* TASK TO CARRY OUT
Below are records; count the lines among them that include the string "auto", and state only the number.

* INFORMATION SUPPLIED
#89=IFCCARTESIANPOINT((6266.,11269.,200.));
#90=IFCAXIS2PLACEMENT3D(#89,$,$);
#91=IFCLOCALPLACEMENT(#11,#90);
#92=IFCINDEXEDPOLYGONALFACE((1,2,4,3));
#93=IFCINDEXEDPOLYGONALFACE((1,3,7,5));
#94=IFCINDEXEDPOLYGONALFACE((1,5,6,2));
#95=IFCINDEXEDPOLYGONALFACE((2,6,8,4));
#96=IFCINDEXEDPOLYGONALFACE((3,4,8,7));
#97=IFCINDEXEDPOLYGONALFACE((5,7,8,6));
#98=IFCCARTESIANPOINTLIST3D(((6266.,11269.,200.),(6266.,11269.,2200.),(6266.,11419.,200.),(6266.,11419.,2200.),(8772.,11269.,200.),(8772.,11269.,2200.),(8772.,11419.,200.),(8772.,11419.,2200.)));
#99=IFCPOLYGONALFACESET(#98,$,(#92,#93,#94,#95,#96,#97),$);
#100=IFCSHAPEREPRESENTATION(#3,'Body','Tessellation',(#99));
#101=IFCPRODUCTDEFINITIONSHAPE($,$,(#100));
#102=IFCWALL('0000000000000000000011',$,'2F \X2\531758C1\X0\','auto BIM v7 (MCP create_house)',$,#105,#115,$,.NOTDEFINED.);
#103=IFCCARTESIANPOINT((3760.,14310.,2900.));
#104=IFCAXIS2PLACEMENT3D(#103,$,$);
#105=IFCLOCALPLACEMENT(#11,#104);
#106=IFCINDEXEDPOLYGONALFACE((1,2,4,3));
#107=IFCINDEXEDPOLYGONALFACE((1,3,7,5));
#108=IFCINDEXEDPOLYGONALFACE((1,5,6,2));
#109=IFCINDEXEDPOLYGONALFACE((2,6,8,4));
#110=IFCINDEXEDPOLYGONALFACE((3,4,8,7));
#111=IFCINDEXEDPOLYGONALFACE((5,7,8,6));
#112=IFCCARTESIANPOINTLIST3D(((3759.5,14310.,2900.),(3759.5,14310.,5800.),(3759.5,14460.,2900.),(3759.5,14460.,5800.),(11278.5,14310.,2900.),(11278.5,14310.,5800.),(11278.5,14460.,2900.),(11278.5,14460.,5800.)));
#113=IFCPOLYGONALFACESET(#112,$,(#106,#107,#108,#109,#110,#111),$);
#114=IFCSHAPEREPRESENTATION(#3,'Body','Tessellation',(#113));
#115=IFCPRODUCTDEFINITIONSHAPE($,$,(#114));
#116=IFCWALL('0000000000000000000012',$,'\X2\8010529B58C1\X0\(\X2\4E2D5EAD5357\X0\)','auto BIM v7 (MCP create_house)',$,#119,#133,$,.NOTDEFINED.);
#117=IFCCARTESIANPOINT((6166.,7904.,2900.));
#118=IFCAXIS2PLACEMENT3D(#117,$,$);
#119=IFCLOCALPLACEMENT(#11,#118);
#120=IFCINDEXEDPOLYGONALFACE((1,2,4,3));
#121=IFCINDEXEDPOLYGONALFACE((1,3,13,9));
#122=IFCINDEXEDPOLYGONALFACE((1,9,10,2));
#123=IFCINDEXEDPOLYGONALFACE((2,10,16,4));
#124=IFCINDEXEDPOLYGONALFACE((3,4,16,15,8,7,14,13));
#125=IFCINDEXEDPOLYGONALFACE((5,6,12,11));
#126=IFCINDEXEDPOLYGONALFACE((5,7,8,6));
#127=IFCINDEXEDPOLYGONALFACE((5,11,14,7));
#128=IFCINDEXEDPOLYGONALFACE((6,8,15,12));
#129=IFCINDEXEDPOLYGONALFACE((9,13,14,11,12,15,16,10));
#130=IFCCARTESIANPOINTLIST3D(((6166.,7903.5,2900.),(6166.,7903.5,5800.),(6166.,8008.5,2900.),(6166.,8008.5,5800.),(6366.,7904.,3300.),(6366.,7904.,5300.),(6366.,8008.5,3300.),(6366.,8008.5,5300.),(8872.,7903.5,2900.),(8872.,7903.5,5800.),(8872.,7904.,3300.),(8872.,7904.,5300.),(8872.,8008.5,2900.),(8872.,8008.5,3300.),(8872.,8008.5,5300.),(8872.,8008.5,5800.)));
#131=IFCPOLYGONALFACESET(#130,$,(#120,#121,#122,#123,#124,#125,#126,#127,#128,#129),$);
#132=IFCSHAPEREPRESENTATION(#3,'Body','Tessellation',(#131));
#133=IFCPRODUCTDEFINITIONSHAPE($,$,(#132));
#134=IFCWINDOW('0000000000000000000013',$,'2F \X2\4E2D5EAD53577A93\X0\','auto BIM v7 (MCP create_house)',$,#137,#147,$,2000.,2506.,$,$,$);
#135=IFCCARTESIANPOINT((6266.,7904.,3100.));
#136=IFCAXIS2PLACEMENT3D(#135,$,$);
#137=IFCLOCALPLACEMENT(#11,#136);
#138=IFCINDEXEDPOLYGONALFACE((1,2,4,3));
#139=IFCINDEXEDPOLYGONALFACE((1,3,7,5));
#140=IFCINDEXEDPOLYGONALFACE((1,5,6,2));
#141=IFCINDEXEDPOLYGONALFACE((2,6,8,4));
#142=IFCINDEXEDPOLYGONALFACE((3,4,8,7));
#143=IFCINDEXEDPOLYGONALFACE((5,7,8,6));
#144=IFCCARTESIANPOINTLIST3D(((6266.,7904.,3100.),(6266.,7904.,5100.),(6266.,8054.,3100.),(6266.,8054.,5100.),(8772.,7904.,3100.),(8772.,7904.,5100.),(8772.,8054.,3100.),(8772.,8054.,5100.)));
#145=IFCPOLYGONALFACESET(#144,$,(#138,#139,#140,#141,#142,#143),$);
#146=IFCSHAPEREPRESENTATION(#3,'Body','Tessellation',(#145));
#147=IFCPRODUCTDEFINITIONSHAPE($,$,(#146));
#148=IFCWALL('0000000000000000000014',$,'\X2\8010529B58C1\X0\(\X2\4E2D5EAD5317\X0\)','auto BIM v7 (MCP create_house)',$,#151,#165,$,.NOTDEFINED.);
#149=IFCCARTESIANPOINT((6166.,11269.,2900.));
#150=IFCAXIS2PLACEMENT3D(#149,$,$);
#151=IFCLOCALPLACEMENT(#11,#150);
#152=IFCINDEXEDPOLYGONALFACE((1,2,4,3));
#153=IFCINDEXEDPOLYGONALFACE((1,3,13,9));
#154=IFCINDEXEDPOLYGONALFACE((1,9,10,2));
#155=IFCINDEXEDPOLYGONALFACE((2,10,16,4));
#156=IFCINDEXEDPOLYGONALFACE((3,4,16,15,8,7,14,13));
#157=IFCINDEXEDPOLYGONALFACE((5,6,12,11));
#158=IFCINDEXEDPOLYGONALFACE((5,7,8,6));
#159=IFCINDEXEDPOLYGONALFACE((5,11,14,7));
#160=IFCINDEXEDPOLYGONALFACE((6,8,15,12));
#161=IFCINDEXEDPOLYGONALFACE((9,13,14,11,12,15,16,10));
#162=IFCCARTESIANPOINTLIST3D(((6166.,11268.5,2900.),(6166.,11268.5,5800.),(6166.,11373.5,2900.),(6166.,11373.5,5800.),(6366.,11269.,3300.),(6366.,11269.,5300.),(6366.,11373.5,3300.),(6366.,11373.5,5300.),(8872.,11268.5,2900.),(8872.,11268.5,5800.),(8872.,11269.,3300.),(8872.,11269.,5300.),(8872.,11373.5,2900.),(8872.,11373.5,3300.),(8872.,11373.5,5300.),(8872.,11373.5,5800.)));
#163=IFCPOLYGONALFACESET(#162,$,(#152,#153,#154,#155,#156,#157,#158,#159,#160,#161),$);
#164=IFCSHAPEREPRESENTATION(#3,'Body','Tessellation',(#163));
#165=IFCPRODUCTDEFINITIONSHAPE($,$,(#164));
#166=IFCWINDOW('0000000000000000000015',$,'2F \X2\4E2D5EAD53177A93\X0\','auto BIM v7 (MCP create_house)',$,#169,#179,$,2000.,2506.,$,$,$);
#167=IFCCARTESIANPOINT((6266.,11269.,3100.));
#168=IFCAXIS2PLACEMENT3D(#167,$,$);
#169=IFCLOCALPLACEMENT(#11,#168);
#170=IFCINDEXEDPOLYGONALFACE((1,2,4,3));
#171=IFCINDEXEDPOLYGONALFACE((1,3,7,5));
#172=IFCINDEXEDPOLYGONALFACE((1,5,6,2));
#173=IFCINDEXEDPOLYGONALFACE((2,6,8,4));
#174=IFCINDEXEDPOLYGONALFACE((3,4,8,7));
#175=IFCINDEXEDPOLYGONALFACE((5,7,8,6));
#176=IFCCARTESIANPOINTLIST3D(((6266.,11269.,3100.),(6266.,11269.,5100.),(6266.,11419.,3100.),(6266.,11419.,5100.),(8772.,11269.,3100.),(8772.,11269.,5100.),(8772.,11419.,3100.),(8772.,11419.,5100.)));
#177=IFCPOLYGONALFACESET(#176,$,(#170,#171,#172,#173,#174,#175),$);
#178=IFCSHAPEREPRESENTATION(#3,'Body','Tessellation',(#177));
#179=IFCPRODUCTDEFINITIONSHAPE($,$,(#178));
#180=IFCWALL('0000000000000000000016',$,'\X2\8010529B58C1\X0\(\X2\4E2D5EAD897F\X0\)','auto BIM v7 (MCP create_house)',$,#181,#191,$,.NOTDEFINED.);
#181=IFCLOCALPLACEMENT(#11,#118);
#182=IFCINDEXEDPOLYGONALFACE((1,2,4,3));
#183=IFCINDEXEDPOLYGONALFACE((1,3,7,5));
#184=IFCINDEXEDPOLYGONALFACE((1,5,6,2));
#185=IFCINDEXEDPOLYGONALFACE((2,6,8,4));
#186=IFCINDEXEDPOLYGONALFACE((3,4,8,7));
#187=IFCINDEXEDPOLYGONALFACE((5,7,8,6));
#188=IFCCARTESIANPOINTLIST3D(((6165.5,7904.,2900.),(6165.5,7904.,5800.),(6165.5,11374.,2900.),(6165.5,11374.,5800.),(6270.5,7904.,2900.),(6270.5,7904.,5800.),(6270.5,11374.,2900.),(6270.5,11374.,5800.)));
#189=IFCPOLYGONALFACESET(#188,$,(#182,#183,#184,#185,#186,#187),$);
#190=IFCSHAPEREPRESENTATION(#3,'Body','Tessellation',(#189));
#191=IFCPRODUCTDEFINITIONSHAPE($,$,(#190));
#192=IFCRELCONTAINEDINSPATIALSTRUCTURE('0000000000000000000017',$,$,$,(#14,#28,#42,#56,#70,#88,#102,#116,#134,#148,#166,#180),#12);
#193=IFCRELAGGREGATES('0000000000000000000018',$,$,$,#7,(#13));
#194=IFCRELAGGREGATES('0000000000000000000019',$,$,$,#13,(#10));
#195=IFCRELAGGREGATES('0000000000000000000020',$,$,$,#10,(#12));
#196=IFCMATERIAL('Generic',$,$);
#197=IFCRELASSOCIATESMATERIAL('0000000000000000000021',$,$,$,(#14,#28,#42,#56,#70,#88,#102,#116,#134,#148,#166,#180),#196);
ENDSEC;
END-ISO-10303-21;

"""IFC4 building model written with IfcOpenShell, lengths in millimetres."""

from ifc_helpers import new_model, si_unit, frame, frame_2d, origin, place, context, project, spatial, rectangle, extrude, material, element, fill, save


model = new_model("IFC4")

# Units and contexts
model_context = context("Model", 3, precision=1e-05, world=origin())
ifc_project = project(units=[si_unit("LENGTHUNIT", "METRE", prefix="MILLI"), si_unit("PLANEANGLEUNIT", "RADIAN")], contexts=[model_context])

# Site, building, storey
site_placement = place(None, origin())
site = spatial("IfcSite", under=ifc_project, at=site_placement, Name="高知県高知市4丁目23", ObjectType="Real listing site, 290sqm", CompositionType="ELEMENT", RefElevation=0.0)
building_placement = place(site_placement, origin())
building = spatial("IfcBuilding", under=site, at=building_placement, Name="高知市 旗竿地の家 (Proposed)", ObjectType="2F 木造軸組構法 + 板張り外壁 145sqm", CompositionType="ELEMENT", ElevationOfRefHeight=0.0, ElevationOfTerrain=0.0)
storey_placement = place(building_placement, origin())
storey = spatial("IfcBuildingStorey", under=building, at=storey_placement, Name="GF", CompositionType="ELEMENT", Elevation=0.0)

* TASK ANSWER
6